5. a. Messrs. Xxxx Xxxxxxx and Xxxxxx Xxxxxxx have executed and
delivered the respective Appointments of Alternate Director
of CAP(G) (appointing, respectively, Xx. Xxxxx X. Xxxxxxxxx,
Xx. and Xx. Xxx X. XxXxx) attached hereto and incorporated
by reference as Exhibit B and C, contemporaneously with this
Letter Agreement, and each of them also hereby covenants
that he shall not:
i. attend any future meetings of the CAP(G) Board as a
member of the CAP(G) Board of Directors, or in any way
exercise his vote as a Director of CAP(G);
ii. remove Xx. Xxxxx X. Xxxxxxxxx, Xx., or Mr. Xxx XxXxx,
as the case may be, from office as alternate Director;
or
iii. appoint any other alternate Directors
for a period of 60 days following the Effective Date, or at
all should Closing occur.
b. Messrs. Xxxx Xxxxxxx and Xxxxxx Xxxxxxx have executed and
delivered the respective Exclusive Proxies [appointing Xx.
Xxxx Xxxxxxx and Mr. Xxx XxXxx, respectively, as their
exclusive proxies to vote in their place as CAP(G) appointed
KKM Board Members], attached hereto and incorporated by
reference as Exhibits D and E, contemporaneously with this
Letter Agreement, and each of them also hereby covenants
that he shall not:
i. attend any future meetings of the KKM Board as a member
of the KKM Board of Directors, or in any way exercise
his vote as a Director of KKM;
ii. revoke the respective Exclusive Proxies to Messrs.
Xxxxxxx and XxXxx; or
iii. provide such proxies to any other persons;
for a period of 60 days following the Effective Date, or at
all should Closing occur.
6. Closing shall occur at the offices of Chaparral, and at Closing:
a. Chaparral shall direct the Escrow Agent to deliver the
Escrow Funds to Shareholders;
b. Chaparral shall pay $1,700,000 to Shareholders in
immediately available funds;
c. Chaparral shall deliver 625,000 shares of restricted common
stock in Chaparral to the Shareholders in accordance with
their written instructions; and
d. Shareholders shall deliver all certificates representing
the Stock to Chaparral, together with executed stock powers
and such other instruments as may be required to vest complete
ownership of the Stock and of Darka in Chaparral.

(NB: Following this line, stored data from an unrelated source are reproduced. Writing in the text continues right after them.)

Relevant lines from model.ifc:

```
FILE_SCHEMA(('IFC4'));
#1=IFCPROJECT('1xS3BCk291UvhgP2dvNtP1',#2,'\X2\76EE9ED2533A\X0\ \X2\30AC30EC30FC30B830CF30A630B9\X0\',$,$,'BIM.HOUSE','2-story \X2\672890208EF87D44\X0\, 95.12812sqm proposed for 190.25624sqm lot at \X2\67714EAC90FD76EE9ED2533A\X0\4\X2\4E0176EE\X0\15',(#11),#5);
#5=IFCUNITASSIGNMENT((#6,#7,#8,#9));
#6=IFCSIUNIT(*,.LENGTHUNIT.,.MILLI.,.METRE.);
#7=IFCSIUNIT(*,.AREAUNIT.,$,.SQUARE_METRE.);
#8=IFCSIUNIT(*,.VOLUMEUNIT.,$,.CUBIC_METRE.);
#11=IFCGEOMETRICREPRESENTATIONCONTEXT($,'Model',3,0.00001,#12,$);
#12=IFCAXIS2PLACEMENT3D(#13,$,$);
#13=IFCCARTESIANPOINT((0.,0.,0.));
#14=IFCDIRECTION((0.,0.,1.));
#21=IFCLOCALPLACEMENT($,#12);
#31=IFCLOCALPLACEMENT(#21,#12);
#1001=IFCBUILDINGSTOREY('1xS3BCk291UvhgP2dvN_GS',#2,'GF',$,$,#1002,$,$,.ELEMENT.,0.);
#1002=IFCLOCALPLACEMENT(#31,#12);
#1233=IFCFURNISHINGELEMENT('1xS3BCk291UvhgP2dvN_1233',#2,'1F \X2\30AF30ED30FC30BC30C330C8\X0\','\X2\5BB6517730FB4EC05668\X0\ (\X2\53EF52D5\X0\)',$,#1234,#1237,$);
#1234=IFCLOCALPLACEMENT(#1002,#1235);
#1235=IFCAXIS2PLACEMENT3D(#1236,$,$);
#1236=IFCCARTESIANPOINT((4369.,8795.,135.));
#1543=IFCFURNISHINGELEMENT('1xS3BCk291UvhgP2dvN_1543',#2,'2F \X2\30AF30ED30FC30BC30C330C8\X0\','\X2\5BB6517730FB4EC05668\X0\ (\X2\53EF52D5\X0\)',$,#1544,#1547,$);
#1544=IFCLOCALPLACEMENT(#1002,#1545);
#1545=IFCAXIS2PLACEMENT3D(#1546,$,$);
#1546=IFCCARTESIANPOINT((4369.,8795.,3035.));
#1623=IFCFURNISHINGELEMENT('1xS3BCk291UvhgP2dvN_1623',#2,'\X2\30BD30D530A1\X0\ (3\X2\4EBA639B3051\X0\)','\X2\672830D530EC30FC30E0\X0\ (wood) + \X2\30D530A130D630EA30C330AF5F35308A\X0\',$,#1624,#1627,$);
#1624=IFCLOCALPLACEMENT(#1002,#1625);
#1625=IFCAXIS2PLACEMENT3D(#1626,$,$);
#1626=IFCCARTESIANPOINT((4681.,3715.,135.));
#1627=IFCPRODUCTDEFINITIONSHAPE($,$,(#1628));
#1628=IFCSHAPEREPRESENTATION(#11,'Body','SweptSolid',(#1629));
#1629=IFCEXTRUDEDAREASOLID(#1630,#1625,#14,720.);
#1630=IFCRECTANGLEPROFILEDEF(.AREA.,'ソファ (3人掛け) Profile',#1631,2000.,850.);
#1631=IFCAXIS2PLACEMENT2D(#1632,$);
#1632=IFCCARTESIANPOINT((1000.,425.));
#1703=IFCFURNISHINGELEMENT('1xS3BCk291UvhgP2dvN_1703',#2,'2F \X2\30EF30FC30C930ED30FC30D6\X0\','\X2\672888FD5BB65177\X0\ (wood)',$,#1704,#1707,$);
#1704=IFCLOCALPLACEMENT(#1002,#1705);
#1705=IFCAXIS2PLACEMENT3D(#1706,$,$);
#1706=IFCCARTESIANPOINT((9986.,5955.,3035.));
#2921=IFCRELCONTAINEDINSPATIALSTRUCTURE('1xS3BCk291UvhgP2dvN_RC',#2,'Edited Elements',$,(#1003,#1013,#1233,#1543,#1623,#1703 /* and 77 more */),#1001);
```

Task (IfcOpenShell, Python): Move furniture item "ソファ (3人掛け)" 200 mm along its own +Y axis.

```python
import ifcopenshell
import ifcopenshell.api.geometry
import ifcopenshell.util.placement
import ifcopenshell.util.unit

model = ifcopenshell.open("model.ifc")
unit_scale = ifcopenshell.util.unit.calculate_unit_scale(model)

item = model.by_guid("1xS3BCk291UvhgP2dvN_1623")
matrix = ifcopenshell.util.placement.get_local_placement(item.ObjectPlacement)
matrix[:3, 3] += matrix[:3, 1] * 0.2 / unit_scale
ifcopenshell.api.geometry.edit_object_placement(model, product=item, matrix=matrix, is_si=False)

print(ifcopenshell.util.placement.get_local_placement(item.ObjectPlacement).round(3) + 0.0)

model.write("model_v2.ifc")
```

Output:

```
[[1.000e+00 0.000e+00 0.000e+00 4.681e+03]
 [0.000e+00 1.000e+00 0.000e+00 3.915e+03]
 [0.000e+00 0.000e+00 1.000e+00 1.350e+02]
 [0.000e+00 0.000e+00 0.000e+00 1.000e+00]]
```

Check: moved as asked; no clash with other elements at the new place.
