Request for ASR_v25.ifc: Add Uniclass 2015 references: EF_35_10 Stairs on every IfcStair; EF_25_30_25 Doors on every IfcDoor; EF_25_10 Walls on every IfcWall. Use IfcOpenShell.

First a look at what the model holds.

```python
import ifcopenshell

model = ifcopenshell.open("ASR_v25.ifc")
print(model.schema)
print("classifications:", [c.Name for c in model.by_type("IfcClassification")])
for ifc_class in ("IfcDoor", "IfcRoof", "IfcStair", "IfcWall", "IfcWindow"):
    print(ifc_class, len(model.by_type(ifc_class)))
```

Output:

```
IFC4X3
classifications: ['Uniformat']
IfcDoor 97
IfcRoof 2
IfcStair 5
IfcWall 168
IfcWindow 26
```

```python
import ifcopenshell
import ifcopenshell.api.classification

model = ifcopenshell.open("ASR_v25.ifc")

system = ifcopenshell.api.classification.add_classification(model, classification="Uniclass 2015")

codes = {
    "IfcStair": ("EF_35_10", "Stairs"),
    "IfcDoor": ("EF_25_30_25", "Doors"),
    "IfcWall": ("EF_25_10", "Walls"),
}
for ifc_class, (code, name) in codes.items():
    products = model.by_type(ifc_class)
    ifcopenshell.api.classification.add_reference(
        model, products=products, classification=system, identification=code, name=name
    )
    print(code, len(products))

model.write("ASR_v25_edited.ifc")
```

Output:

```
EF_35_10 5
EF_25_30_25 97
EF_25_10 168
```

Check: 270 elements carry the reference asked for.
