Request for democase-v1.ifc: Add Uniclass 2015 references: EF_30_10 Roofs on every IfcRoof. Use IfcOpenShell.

First a look at what the model holds.

```python
import ifcopenshell

model = ifcopenshell.open("democase-v1.ifc")
print(model.schema)
print("classifications:", [c.Name for c in model.by_type("IfcClassification")])
for ifc_class in ("IfcDoor", "IfcRoof", "IfcStair", "IfcWall", "IfcWindow"):
    print(ifc_class, len(model.by_type(ifc_class)))
```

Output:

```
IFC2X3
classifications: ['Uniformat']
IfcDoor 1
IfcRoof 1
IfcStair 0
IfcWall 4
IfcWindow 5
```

```python
import ifcopenshell
import ifcopenshell.api.classification

model = ifcopenshell.open("democase-v1.ifc")

# IFC2X3 requires Source and Edition and has no link from the project to the system.
system = model.create_entity("IfcClassification", Source="NBS", Edition="2015", Name="Uniclass 2015")

codes = {
    "IfcRoof": ("EF_30_10", "Roofs"),
}
for ifc_class, (code, name) in codes.items():
    products = model.by_type(ifc_class)
    ifcopenshell.api.classification.add_reference(
        model, products=products, classification=system, identification=code, name=name
    )
    print(code, len(products))

model.write("democase-v1_rev.ifc")
```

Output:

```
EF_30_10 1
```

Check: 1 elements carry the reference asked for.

7. Upon Closing, Shareholders shall be deemed to have waived, any and
all rights and claims of any nature, whether accruing before or after
Closing, under any Member Agreements, Protocols, Minutes or agreements
of any nature, pertaining to CAP(G), Chaparral and/or CAP(D).
8. This Letter Agreement shall be construed in accordance with
the laws of the State of Colorado, United States of America. Any and
all disputes arising hereunder which cannot be resolved by good faith
negotiation shall be submitted to binding arbitration to be conducted
by the American Arbitration Association (AAA) in accordance with its
Commercial Arbitration Rules. All arbitration hearings shall be
conducted in Denver, Colorado.
9. This offer will remain open through 4:00 p.m., Mountain Time, on
January 4, 1996, unless rejected in writing by Shareholders prior to
that time, upon which rejection this offer will be deemed revoked by
Xxxxxxxxx. By accepting this Letter Agreement Shareholders covenant to
immediately courier to Chaparral and to Escrow Agent, respectively,
fully executed "hard copies" of the respective documents as described
in the first paragraph of this Letter Agreement.
10. Upon your acceptance of this offer, you agree not to solicit,
directly or indirectly, any other party, nor to negotiate with any
other party for the sale of any portion of the Stock for a period of 60
days after the Effective Date.
This Letter Agreement may be executed in any number of counterparts and each
such counterpart shall be deemed an original Agreement for all purposes;
provided no party shall be bound by the terms of this Agreement unless and until
all parties have executed a counterpart. For purposes of assembling all
counterparts into one document, Xxxxxxxxx is authorized to detach the signature
page from one or more counterparts and, after signing by the respective party,
attach each signed signature page to a counterpart.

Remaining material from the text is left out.